Monday, August 10, 2015

Where are the extraterrestrials?

Dennis Overbye writes in the NY Times that not everyone is excited by the possibility of primitive life on Mars or elsewhere:
In an article published in Technology Review in 2008, Professor Bostrom declared that it would be a really bad sign for the future of humanity if we found even a microbe clinging to a rock on Mars. “Dead rocks and lifeless sands would lift my spirit,” he wrote.

Why?

It goes back to a lunch in 1950 in Los Alamos, N.M., the birthplace of the atomic bomb. The subject was flying saucers and interstellar travel. The physicist Enrico Fermi blurted out a question that has become famous among astronomers: “Where is everybody?”

The fact that there was no evidence outside supermarket tabloids that aliens had ever visited Earth convinced Fermi that interstellar travel was impossible. It would simply take too long to get anywhere.

The argument was expanded by scientists like Michael Hart and Frank Tipler, who concluded that extraterrestrial technological civilizations simply didn’t exist.

The logic is simple. Imagine that one million years from now Earthlings launch a robot to Alpha Centauri, the closest star system to our own.
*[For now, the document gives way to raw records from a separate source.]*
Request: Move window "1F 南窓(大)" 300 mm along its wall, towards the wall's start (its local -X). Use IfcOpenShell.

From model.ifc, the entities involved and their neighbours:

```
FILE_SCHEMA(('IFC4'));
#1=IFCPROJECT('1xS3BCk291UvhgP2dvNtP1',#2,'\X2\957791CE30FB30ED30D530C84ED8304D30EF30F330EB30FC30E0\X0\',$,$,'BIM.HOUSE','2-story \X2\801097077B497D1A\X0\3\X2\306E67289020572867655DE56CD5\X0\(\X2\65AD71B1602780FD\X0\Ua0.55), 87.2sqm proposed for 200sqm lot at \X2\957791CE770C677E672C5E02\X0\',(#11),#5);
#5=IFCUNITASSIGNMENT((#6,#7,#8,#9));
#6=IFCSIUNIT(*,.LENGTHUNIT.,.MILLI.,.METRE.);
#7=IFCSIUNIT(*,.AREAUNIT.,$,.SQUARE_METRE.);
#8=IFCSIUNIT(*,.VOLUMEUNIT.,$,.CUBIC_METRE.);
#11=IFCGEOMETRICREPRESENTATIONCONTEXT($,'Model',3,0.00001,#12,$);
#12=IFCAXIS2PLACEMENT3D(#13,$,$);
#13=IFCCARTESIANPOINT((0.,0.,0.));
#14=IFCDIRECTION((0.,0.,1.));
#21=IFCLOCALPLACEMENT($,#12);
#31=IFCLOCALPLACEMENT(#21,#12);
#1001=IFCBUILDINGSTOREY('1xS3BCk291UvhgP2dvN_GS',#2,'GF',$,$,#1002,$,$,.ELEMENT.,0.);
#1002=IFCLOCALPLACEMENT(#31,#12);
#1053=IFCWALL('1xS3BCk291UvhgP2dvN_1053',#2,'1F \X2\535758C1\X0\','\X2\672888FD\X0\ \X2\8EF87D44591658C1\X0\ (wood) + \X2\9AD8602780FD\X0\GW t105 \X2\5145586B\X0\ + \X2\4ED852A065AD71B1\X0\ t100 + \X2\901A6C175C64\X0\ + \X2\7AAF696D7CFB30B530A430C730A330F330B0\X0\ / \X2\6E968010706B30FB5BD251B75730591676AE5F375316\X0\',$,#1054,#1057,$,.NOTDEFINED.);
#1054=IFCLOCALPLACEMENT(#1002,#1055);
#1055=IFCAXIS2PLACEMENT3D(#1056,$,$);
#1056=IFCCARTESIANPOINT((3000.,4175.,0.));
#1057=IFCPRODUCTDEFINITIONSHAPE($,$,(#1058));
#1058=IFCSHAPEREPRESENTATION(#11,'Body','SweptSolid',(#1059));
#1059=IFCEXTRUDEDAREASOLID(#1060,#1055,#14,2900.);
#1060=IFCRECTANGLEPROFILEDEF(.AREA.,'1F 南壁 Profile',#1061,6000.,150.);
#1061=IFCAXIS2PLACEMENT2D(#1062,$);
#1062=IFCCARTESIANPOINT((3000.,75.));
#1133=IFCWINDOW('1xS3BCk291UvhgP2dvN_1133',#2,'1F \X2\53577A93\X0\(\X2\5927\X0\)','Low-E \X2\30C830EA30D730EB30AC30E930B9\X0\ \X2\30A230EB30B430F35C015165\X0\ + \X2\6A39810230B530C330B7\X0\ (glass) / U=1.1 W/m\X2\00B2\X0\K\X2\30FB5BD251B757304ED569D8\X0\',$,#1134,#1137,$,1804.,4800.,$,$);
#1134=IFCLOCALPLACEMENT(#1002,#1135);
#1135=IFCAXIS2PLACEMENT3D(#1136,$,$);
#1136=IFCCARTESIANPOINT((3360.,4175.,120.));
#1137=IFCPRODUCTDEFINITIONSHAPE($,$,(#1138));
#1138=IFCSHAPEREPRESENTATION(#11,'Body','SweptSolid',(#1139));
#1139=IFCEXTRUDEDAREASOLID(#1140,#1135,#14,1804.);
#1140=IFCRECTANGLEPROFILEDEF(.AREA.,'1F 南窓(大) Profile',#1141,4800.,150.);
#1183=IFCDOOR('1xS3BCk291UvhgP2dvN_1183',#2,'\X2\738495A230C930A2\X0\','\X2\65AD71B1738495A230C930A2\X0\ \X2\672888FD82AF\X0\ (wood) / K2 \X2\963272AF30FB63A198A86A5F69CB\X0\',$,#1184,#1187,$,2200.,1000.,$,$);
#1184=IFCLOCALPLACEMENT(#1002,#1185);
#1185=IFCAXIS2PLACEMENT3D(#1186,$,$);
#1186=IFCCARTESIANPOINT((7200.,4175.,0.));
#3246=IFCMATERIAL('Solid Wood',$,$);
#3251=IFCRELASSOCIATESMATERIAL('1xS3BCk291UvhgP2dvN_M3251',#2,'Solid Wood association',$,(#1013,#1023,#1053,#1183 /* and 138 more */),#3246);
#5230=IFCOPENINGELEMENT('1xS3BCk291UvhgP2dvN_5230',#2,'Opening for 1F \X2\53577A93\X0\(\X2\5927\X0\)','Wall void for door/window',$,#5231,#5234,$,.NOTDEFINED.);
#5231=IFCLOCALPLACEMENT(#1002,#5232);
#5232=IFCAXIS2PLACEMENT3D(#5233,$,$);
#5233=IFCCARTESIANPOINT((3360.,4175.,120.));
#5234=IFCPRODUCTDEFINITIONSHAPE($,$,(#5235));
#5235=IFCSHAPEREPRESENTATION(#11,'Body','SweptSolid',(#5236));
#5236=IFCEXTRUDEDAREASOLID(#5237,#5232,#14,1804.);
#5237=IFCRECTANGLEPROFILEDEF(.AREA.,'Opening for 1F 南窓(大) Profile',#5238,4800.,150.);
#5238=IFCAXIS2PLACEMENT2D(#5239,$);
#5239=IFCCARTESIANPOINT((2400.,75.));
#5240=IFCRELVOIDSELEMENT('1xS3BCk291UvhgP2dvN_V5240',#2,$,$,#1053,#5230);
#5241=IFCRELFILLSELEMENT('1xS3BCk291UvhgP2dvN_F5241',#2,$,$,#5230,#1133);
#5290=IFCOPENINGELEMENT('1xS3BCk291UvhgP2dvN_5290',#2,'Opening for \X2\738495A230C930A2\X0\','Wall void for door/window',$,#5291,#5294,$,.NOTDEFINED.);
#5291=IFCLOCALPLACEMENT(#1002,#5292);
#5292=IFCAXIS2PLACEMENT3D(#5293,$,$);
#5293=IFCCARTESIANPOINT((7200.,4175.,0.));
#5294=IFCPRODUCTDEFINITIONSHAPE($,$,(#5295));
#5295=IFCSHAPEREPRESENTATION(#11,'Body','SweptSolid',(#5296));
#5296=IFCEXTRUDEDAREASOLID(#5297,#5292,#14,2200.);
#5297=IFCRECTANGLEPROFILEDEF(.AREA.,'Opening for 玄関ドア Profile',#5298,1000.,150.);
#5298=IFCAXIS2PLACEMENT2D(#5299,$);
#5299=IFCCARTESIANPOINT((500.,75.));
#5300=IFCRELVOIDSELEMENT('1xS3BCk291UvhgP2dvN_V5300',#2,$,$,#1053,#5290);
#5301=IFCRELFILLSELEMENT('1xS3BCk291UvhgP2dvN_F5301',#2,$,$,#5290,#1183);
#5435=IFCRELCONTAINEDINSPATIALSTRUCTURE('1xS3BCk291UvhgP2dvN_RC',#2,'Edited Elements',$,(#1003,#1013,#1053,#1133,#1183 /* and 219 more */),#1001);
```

```python
import ifcopenshell
import ifcopenshell.api.geometry
import ifcopenshell.util.placement

model = ifcopenshell.open("model.ifc")

window = model.by_id(1133)
opening = window.FillsVoids[0].RelatingOpeningElement
wall = opening.VoidsElements[0].RelatingBuildingElement

wall_matrix = ifcopenshell.util.placement.get_local_placement(wall.ObjectPlacement)
shift = wall_matrix[:3, 0] * -300.0
before = ifcopenshell.util.placement.get_local_placement(window.ObjectPlacement)[:3, 3].copy()

# The window is not placed relative to its opening, so move both.
for product in (opening, window):
    matrix = ifcopenshell.util.placement.get_local_placement(product.ObjectPlacement)
    matrix[:3, 3] += shift
    ifcopenshell.api.geometry.edit_object_placement(model, product=product, matrix=matrix, is_si=False)

after = ifcopenshell.util.placement.get_local_placement(window.ObjectPlacement)[:3, 3]
print("window moved by", (after - before).round(3) + 0.0)

model.write("model_rev.ifc")
```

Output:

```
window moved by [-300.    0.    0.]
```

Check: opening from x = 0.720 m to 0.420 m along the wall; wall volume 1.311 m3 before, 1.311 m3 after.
It gets there in a few years, and a million years later sends off probes to two other star systems. A million years after that, each of those sends off two more probes. Even allowing for generous travel times, in 100 million years roughly a nonillion stars (1030) could be visited. The galaxy contains maybe 200 billion stars, so each could be visited more than a trillion times in this robot crisscrossing.
I think that this is correct. If Earth-like planets are common, then it would only take 100M years for an advanced civilization to colonize the galaxy.

It seems reasonable to assume that primitive life has evolved on 100s of other planets in our galaxy. But it is doubtful that any of them evolved into an advanced civilization.

Earth has many strange features that have been essential to human life, and are unlikely elsewhere. We have a single sun, a single large moon to cause tides and stabilize the orbit, a Jupiter to clear out other junk, water covering 2/3 the Earth so sea and land life is possible, etc. We do not know where the water comes from.